> [Exercise data]
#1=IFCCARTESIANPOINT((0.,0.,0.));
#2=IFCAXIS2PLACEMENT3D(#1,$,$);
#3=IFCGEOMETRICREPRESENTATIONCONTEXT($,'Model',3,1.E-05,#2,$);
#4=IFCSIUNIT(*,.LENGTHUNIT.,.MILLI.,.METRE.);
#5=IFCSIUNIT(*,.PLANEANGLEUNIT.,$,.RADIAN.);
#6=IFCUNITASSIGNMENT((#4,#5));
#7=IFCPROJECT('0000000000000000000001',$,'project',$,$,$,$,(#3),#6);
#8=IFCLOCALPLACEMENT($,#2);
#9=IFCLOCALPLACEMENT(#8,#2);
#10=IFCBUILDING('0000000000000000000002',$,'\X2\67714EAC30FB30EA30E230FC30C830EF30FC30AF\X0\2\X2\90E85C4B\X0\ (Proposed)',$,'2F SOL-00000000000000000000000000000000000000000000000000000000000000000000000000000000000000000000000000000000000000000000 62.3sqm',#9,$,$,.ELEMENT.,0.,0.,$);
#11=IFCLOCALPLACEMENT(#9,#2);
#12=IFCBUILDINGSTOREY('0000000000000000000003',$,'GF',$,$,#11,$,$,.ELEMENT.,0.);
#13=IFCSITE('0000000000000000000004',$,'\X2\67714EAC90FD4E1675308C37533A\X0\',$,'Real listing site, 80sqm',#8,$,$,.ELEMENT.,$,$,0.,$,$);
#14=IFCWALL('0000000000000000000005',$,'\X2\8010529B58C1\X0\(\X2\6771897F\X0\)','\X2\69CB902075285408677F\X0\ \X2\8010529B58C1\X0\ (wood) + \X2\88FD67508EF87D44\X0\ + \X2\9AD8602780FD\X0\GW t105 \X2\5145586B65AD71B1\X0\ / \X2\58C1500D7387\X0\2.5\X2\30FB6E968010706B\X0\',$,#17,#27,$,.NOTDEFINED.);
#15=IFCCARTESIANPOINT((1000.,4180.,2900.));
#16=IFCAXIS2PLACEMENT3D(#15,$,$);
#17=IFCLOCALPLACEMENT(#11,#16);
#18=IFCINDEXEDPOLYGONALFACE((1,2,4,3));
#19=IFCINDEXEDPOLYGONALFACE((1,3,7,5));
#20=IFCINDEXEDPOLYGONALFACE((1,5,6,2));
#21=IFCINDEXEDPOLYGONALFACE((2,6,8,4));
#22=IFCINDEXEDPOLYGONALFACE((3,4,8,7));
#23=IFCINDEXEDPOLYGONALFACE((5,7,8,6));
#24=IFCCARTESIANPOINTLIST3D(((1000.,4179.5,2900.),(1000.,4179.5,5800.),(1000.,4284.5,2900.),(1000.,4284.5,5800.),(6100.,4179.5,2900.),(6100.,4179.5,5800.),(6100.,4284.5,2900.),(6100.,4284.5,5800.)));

> [Required action]
Return the listing above in its exact form.

> [Final answer]
#1=IFCCARTESIANPOINT((0.,0.,0.));
#2=IFCAXIS2PLACEMENT3D(#1,$,$);
#3=IFCGEOMETRICREPRESENTATIONCONTEXT($,'Model',3,1.E-05,#2,$);
#4=IFCSIUNIT(*,.LENGTHUNIT.,.MILLI.,.METRE.);
#5=IFCSIUNIT(*,.PLANEANGLEUNIT.,$,.RADIAN.);
#6=IFCUNITASSIGNMENT((#4,#5));
#7=IFCPROJECT('0000000000000000000001',$,'project',$,$,$,$,(#3),#6);
#8=IFCLOCALPLACEMENT($,#2);
#9=IFCLOCALPLACEMENT(#8,#2);
#10=IFCBUILDING('0000000000000000000002',$,'\X2\67714EAC30FB30EA30E230FC30C830EF30FC30AF\X0\2\X2\90E85C4B\X0\ (Proposed)',$,'2F SOL-00000000000000000000000000000000000000000000000000000000000000000000000000000000000000000000000000000000000000000000 62.3sqm',#9,$,$,.ELEMENT.,0.,0.,$);
#11=IFCLOCALPLACEMENT(#9,#2);
#12=IFCBUILDINGSTOREY('0000000000000000000003',$,'GF',$,$,#11,$,$,.ELEMENT.,0.);
#13=IFCSITE('0000000000000000000004',$,'\X2\67714EAC90FD4E1675308C37533A\X0\',$,'Real listing site, 80sqm',#8,$,$,.ELEMENT.,$,$,0.,$,$);
#14=IFCWALL('0000000000000000000005',$,'\X2\8010529B58C1\X0\(\X2\6771897F\X0\)','\X2\69CB902075285408677F\X0\ \X2\8010529B58C1\X0\ (wood) + \X2\88FD67508EF87D44\X0\ + \X2\9AD8602780FD\X0\GW t105 \X2\5145586B65AD71B1\X0\ / \X2\58C1500D7387\X0\2.5\X2\30FB6E968010706B\X0\',$,#17,#27,$,.NOTDEFINED.);
#15=IFCCARTESIANPOINT((1000.,4180.,2900.));
#16=IFCAXIS2PLACEMENT3D(#15,$,$);
#17=IFCLOCALPLACEMENT(#11,#16);
#18=IFCINDEXEDPOLYGONALFACE((1,2,4,3));
#19=IFCINDEXEDPOLYGONALFACE((1,3,7,5));
#20=IFCINDEXEDPOLYGONALFACE((1,5,6,2));
#21=IFCINDEXEDPOLYGONALFACE((2,6,8,4));
#22=IFCINDEXEDPOLYGONALFACE((3,4,8,7));
#23=IFCINDEXEDPOLYGONALFACE((5,7,8,6));
#24=IFCCARTESIANPOINTLIST3D(((1000.,4179.5,2900.),(1000.,4179.5,5800.),(1000.,4284.5,2900.),(1000.,4284.5,5800.),(6100.,4179.5,2900.),(6100.,4179.5,5800.),(6100.,4284.5,2900.),(6100.,4284.5,5800.)));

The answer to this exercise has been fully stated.